PARLIAMENT has urged government to support its “Zimbabwe is open for business” mantra by introducing investor-friendly policies.
The Mines and Energy Portfolio Committee said this in a report following the cancellation of licences for several diamond mining companies who used to operate in the Chiadzwa to pave way for the creation of Zimbabwe Consolidated Diamond Company (ZMDC).
“The joint venture partners of ZMDC were bitter on what they went through as a result of the consolidation process,” the report said.
“The views of the investors can be summed up in the words of Lovemore Kurotwi from Canadile who said ‘in as far as investors are concerned, Zimbabwe is a lion’s den, and investors will come at their own peril because there is no guarantee that when you invest you will get your money back. I am a victim of that and it has taken me almost 10 years to recover what we had invested genuinely’.”
Investors in Chiadzwa also accused the Mines ministry of flouting investment agreements and for not respecting the laws of the country during the hostile takeover of their concessions where police came armed with AK47 riffles to forcefully remove them.
“In the case of Anjin and Mbada, their investment agreements did not have a timeframe in which the special grants would expire. Their operations would continue as long as they paid the statutory fees and at the time of the takeover the statutory obligations had been paid. As for DTZ Ozgeo and Rera, their special grants had not expired, but the government took them over. It is the committee’s position that such kind of treatment of investors will only scare away investment,” the report said.

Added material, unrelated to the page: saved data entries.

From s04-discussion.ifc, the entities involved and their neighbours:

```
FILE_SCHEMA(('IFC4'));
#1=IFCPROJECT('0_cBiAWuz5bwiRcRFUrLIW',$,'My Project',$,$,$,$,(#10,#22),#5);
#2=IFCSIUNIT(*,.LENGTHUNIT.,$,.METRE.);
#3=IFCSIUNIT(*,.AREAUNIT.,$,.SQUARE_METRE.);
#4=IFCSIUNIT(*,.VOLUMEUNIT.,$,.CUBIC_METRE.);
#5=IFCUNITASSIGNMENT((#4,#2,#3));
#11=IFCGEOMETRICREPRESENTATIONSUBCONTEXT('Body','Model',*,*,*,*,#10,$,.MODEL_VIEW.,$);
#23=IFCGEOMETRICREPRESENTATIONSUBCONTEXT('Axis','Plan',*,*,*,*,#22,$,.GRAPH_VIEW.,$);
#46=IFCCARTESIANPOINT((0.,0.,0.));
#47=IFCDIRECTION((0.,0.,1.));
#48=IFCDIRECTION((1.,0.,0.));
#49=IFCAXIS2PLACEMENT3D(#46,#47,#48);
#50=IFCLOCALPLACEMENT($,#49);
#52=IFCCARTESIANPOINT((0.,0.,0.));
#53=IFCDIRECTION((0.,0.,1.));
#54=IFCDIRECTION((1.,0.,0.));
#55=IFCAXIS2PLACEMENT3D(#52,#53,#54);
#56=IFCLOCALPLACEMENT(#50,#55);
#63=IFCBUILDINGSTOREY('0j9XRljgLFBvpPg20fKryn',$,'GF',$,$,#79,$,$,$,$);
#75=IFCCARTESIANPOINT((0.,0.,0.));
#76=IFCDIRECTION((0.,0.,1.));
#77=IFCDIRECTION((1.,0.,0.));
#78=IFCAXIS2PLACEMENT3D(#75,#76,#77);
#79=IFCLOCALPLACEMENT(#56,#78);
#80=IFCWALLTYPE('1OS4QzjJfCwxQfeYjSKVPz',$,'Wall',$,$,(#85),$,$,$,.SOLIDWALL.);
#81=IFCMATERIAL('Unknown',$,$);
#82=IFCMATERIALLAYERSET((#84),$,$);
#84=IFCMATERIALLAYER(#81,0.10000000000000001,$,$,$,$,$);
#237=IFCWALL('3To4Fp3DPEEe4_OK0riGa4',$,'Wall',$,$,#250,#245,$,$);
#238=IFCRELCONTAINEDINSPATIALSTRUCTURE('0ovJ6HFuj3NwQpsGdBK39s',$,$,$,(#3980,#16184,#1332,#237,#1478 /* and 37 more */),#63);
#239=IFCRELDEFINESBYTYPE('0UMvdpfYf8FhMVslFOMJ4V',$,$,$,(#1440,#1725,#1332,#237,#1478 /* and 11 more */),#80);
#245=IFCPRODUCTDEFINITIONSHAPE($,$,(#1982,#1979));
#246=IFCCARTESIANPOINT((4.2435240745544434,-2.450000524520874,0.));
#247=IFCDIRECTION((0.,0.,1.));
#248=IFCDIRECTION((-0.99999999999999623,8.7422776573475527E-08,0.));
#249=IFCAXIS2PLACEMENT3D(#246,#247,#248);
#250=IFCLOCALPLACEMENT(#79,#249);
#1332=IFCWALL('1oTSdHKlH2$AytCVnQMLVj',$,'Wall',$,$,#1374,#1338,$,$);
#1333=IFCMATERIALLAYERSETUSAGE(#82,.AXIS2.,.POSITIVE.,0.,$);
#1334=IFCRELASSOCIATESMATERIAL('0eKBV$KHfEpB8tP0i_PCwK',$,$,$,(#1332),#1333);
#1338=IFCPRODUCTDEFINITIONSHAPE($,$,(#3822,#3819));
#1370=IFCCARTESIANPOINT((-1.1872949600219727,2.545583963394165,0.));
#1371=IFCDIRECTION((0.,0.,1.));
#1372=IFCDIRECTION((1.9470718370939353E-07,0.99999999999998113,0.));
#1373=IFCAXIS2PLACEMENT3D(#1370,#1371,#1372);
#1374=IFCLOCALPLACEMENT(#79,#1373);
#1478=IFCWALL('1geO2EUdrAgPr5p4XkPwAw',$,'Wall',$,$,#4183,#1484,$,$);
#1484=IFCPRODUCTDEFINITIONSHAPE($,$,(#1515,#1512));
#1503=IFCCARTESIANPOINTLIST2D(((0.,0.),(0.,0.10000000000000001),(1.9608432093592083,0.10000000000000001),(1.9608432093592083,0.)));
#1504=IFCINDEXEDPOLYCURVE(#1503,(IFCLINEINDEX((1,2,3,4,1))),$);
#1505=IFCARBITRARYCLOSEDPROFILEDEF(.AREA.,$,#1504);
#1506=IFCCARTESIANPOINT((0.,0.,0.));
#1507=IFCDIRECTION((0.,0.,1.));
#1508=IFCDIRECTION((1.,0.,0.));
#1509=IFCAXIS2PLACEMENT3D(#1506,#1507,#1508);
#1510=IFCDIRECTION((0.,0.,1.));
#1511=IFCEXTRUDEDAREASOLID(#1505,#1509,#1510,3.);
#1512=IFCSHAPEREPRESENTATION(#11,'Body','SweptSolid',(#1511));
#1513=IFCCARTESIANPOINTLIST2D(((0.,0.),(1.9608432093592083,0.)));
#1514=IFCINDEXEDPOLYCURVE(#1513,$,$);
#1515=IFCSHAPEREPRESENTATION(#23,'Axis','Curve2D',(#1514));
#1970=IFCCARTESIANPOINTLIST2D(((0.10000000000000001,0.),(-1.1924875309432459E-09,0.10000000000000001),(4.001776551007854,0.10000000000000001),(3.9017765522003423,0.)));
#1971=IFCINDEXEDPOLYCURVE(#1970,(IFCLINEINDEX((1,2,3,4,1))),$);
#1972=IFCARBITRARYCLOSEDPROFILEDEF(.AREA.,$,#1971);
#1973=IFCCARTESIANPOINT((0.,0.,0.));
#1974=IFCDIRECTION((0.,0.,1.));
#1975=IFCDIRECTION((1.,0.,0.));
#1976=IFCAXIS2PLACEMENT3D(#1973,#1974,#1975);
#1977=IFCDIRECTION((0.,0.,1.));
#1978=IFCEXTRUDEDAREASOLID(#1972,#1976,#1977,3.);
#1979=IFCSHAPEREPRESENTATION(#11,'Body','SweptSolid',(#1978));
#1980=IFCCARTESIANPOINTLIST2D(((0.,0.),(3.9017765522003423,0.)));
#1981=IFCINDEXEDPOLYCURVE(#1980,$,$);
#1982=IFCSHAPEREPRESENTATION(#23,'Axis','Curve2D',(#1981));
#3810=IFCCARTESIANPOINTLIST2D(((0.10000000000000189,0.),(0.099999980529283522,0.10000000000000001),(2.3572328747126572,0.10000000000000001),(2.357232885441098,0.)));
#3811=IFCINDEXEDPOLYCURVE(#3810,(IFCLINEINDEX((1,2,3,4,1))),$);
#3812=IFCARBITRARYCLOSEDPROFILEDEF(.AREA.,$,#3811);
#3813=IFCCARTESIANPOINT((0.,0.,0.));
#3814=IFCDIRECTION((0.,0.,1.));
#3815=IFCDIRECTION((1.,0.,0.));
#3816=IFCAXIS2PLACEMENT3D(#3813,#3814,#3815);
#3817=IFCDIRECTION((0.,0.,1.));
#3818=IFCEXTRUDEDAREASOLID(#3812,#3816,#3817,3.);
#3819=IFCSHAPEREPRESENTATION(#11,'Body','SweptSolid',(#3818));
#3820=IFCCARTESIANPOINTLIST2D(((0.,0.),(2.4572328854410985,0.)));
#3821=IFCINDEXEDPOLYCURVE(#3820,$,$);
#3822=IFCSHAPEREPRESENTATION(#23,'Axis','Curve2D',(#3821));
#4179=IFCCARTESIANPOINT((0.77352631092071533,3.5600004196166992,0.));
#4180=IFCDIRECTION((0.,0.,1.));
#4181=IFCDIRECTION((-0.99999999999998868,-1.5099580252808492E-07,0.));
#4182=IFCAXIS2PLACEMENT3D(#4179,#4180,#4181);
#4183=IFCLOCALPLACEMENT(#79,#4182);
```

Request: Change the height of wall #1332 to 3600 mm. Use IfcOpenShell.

```python
import ifcopenshell
import ifcopenshell.geom
import ifcopenshell.util.representation
import ifcopenshell.util.shape
import ifcopenshell.util.unit

model = ifcopenshell.open("s04-discussion.ifc")
unit_scale = ifcopenshell.util.unit.calculate_unit_scale(model)
settings = ifcopenshell.geom.settings()


def volume(element):
    """Net volume in cubic metres, openings subtracted."""
    shape = ifcopenshell.geom.create_shape(settings, element)
    return ifcopenshell.util.shape.get_volume(shape.geometry)


wall = model.by_guid("1oTSdHKlH2$AytCVnQMLVj")
before = volume(wall)

body = ifcopenshell.util.representation.get_representation(wall, "Model", "Body")
solid = body.Items[0]
old_height = solid.Depth
solid.Depth = 3.6 / unit_scale
after = volume(wall)

print(f"height {old_height:g} -> {solid.Depth:g}, volume {before:.3f} -> {after:.3f} m3")

model.write("s04-discussion_updated.ifc")
```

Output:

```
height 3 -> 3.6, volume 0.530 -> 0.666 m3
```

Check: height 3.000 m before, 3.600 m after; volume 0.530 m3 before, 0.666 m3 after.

Parliament pointed out section 71 of the Constitution requires the respect of property rights, adding that investors should be protected from any acts of corruption in order to secure a license or protect their investments.
“Kurotwi claimed he lost his diamond concession as a result of failing to pay a bribe Obert Mpofu (the former Mines and Mining Development minister). Furthermore, the committee was told that some investors were forced to pay legal fees to Farai Mutamangira for unknown services,” the report said.